*** Opening of DATA UNDER STUDY ***

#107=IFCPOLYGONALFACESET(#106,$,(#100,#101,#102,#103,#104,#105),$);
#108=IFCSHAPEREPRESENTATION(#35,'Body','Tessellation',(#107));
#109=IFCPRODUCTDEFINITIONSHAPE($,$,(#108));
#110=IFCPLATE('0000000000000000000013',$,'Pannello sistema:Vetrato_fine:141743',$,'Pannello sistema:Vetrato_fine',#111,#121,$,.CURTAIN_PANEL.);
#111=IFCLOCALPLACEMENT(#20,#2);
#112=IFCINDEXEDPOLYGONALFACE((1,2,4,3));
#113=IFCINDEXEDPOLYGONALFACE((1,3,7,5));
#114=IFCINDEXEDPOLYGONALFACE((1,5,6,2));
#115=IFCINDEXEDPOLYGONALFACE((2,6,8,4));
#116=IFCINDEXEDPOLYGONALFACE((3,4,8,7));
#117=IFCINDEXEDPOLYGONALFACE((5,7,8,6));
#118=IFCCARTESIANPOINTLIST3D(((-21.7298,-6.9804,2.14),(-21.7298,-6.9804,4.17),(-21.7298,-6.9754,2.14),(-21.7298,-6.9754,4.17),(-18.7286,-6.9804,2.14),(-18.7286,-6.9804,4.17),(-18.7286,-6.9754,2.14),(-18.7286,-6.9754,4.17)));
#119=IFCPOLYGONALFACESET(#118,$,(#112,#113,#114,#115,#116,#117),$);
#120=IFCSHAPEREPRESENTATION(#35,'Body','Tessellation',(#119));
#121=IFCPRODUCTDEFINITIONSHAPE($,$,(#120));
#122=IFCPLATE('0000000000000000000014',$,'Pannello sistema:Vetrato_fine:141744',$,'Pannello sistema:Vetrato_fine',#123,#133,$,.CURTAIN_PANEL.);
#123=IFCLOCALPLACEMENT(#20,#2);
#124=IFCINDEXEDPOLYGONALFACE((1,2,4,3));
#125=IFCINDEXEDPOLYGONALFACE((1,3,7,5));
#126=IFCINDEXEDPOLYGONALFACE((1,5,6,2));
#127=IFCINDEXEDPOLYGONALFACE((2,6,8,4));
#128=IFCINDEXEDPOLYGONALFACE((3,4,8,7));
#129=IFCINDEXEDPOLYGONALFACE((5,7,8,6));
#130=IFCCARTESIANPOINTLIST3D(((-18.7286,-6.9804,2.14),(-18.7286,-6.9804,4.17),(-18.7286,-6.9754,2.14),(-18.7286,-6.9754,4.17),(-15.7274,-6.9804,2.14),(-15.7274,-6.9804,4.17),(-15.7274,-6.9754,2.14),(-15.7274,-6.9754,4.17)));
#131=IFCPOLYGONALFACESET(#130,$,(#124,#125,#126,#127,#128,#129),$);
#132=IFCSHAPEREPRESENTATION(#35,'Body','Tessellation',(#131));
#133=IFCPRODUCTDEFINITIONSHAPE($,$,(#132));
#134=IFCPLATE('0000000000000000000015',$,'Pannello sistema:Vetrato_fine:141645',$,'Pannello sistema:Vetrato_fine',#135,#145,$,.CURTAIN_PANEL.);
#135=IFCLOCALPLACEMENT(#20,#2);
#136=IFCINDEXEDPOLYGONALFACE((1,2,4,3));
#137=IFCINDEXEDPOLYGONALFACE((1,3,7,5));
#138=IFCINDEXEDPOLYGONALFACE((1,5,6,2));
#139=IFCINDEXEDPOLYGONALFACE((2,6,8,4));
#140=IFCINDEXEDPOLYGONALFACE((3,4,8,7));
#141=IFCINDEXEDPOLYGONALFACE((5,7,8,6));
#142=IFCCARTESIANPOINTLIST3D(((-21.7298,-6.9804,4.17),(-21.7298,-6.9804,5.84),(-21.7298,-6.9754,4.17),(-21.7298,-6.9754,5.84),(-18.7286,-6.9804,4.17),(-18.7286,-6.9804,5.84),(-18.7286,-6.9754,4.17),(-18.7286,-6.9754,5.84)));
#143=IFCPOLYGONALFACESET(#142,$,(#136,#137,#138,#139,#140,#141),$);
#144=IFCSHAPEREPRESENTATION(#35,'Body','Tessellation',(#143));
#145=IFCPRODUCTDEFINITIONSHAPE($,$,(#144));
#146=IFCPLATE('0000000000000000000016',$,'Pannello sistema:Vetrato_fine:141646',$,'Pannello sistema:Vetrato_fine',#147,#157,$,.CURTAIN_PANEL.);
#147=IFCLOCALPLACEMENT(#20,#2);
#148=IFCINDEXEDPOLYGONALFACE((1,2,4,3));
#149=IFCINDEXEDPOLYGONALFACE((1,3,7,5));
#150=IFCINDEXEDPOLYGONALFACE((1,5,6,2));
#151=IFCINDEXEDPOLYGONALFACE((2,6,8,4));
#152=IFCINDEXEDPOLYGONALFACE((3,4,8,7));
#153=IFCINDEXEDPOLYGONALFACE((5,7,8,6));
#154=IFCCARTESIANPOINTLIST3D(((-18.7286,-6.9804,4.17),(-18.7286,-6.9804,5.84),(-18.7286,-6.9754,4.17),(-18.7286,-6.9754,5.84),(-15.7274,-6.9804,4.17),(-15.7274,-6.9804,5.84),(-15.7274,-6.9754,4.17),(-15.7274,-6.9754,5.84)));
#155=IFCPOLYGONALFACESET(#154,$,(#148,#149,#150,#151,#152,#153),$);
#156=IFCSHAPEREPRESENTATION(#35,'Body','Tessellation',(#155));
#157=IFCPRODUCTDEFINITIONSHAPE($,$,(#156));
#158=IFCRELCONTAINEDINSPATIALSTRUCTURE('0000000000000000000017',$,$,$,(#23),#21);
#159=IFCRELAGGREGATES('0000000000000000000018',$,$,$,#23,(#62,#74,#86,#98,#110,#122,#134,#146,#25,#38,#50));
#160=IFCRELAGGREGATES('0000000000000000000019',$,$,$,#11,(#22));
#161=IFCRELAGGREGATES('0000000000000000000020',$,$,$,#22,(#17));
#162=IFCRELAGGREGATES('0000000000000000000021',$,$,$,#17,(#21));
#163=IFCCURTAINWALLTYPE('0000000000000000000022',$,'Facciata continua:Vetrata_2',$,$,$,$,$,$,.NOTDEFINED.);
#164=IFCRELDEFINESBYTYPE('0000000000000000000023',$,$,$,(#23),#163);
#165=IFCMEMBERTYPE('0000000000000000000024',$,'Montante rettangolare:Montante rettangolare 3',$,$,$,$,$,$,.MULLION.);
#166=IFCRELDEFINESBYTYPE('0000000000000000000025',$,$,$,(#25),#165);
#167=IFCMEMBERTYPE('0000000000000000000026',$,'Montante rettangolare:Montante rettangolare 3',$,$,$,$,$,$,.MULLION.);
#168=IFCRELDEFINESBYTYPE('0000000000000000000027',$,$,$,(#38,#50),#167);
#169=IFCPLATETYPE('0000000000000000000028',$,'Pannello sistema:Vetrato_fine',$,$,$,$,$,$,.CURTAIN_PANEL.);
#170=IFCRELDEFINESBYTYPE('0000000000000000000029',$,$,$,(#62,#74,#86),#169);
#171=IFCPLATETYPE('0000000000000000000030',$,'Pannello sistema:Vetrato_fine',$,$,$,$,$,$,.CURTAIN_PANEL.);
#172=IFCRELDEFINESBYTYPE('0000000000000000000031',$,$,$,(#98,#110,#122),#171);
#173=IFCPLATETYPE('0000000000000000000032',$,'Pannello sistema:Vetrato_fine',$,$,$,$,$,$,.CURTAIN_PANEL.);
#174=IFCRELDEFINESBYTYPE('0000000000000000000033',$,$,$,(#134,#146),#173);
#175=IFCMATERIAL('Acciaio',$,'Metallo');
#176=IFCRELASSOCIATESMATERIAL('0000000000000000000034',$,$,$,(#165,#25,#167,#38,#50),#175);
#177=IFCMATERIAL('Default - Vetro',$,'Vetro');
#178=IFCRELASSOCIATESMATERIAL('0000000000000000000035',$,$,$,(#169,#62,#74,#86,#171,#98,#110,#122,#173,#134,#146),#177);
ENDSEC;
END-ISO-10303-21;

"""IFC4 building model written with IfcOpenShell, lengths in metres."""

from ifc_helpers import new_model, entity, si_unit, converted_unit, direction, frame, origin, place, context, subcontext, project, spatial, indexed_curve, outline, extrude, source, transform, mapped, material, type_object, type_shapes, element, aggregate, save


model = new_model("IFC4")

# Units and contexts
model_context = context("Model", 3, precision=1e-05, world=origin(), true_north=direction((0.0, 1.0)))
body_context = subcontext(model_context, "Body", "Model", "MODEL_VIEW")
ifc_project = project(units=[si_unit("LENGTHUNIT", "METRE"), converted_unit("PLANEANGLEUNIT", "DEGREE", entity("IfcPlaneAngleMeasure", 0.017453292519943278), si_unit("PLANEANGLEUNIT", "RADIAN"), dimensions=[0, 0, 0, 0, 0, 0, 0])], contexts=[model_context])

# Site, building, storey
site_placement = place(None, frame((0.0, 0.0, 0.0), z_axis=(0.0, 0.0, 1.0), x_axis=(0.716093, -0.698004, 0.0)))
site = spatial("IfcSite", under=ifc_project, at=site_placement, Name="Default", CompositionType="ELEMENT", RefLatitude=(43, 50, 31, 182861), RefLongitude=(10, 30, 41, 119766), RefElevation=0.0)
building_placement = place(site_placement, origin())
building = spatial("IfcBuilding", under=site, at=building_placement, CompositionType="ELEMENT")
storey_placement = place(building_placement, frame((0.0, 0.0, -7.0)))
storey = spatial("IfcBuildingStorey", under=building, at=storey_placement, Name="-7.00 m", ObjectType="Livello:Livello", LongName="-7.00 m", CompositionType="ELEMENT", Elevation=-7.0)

*** Close of DATA UNDER STUDY ***

- _EXERCISE DETAILS_:
In the entries above, please find the line with "#153=IFCINDEXEDPOLYGONALFACE((5,7,8,6));" and the line with "#156=IFCSHAPEREPRESENTATION(#35,'Body','Tessellation',(#155));", then write out exactly those two lines and every line between them, and nothing more.

- _TASK ANSWER_:
#153=IFCINDEXEDPOLYGONALFACE((5,7,8,6));
#154=IFCCARTESIANPOINTLIST3D(((-18.7286,-6.9804,4.17),(-18.7286,-6.9804,5.84),(-18.7286,-6.9754,4.17),(-18.7286,-6.9754,5.84),(-15.7274,-6.9804,4.17),(-15.7274,-6.9804,5.84),(-15.7274,-6.9754,4.17),(-15.7274,-6.9754,5.84)));
#155=IFCPOLYGONALFACESET(#154,$,(#148,#149,#150,#151,#152,#153),$);
#156=IFCSHAPEREPRESENTATION(#35,'Body','Tessellation',(#155));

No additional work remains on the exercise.